**Prompt:** For this exercise, repeat the records below exactly as written.

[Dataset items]
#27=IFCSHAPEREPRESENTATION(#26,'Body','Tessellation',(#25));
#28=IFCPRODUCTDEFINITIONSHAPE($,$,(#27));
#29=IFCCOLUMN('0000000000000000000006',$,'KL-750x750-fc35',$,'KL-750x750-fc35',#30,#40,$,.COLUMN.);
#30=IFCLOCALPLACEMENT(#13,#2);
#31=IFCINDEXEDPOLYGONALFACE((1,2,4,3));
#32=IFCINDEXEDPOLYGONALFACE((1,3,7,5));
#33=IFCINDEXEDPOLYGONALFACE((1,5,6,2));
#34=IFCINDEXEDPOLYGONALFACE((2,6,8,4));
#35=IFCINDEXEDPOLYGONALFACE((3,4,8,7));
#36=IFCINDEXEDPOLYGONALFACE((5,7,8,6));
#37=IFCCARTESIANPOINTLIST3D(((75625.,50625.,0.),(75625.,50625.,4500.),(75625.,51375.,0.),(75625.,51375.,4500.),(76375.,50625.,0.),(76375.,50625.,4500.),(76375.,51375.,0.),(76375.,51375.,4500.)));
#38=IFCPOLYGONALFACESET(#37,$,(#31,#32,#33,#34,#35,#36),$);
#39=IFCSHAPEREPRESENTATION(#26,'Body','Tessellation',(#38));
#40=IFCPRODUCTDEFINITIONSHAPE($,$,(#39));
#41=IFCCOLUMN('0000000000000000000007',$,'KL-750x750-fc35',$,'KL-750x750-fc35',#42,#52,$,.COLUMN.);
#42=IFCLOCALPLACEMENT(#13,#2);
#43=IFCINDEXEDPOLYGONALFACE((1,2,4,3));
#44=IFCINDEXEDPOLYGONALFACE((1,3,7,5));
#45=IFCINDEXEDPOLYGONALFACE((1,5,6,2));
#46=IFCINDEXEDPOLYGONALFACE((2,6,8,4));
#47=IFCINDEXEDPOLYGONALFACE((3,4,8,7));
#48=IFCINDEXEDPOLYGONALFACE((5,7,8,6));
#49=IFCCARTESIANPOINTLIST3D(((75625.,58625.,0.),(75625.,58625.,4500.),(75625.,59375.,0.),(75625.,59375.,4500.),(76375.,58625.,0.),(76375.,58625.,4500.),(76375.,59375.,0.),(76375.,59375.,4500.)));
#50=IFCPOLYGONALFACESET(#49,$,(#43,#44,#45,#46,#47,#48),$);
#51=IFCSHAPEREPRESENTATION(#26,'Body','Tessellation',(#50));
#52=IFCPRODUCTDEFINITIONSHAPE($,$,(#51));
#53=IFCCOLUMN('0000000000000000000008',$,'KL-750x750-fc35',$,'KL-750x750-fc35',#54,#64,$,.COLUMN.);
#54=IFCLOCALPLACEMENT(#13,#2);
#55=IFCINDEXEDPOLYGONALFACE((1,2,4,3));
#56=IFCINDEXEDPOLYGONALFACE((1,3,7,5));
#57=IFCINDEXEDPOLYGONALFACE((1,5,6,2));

**Response area:**
#27=IFCSHAPEREPRESENTATION(#26,'Body','Tessellation',(#25));
#28=IFCPRODUCTDEFINITIONSHAPE($,$,(#27));
#29=IFCCOLUMN('0000000000000000000006',$,'KL-750x750-fc35',$,'KL-750x750-fc35',#30,#40,$,.COLUMN.);
#30=IFCLOCALPLACEMENT(#13,#2);
#31=IFCINDEXEDPOLYGONALFACE((1,2,4,3));
#32=IFCINDEXEDPOLYGONALFACE((1,3,7,5));
#33=IFCINDEXEDPOLYGONALFACE((1,5,6,2));
#34=IFCINDEXEDPOLYGONALFACE((2,6,8,4));
#35=IFCINDEXEDPOLYGONALFACE((3,4,8,7));
#36=IFCINDEXEDPOLYGONALFACE((5,7,8,6));
#37=IFCCARTESIANPOINTLIST3D(((75625.,50625.,0.),(75625.,50625.,4500.),(75625.,51375.,0.),(75625.,51375.,4500.),(76375.,50625.,0.),(76375.,50625.,4500.),(76375.,51375.,0.),(76375.,51375.,4500.)));
#38=IFCPOLYGONALFACESET(#37,$,(#31,#32,#33,#34,#35,#36),$);
#39=IFCSHAPEREPRESENTATION(#26,'Body','Tessellation',(#38));
#40=IFCPRODUCTDEFINITIONSHAPE($,$,(#39));
#41=IFCCOLUMN('0000000000000000000007',$,'KL-750x750-fc35',$,'KL-750x750-fc35',#42,#52,$,.COLUMN.);
#42=IFCLOCALPLACEMENT(#13,#2);
#43=IFCINDEXEDPOLYGONALFACE((1,2,4,3));
#44=IFCINDEXEDPOLYGONALFACE((1,3,7,5));
#45=IFCINDEXEDPOLYGONALFACE((1,5,6,2));
#46=IFCINDEXEDPOLYGONALFACE((2,6,8,4));
#47=IFCINDEXEDPOLYGONALFACE((3,4,8,7));
#48=IFCINDEXEDPOLYGONALFACE((5,7,8,6));
#49=IFCCARTESIANPOINTLIST3D(((75625.,58625.,0.),(75625.,58625.,4500.),(75625.,59375.,0.),(75625.,59375.,4500.),(76375.,58625.,0.),(76375.,58625.,4500.),(76375.,59375.,0.),(76375.,59375.,4500.)));
#50=IFCPOLYGONALFACESET(#49,$,(#43,#44,#45,#46,#47,#48),$);
#51=IFCSHAPEREPRESENTATION(#26,'Body','Tessellation',(#50));
#52=IFCPRODUCTDEFINITIONSHAPE($,$,(#51));
#53=IFCCOLUMN('0000000000000000000008',$,'KL-750x750-fc35',$,'KL-750x750-fc35',#54,#64,$,.COLUMN.);
#54=IFCLOCALPLACEMENT(#13,#2);
#55=IFCINDEXEDPOLYGONALFACE((1,2,4,3));
#56=IFCINDEXEDPOLYGONALFACE((1,3,7,5));
#57=IFCINDEXEDPOLYGONALFACE((1,5,6,2));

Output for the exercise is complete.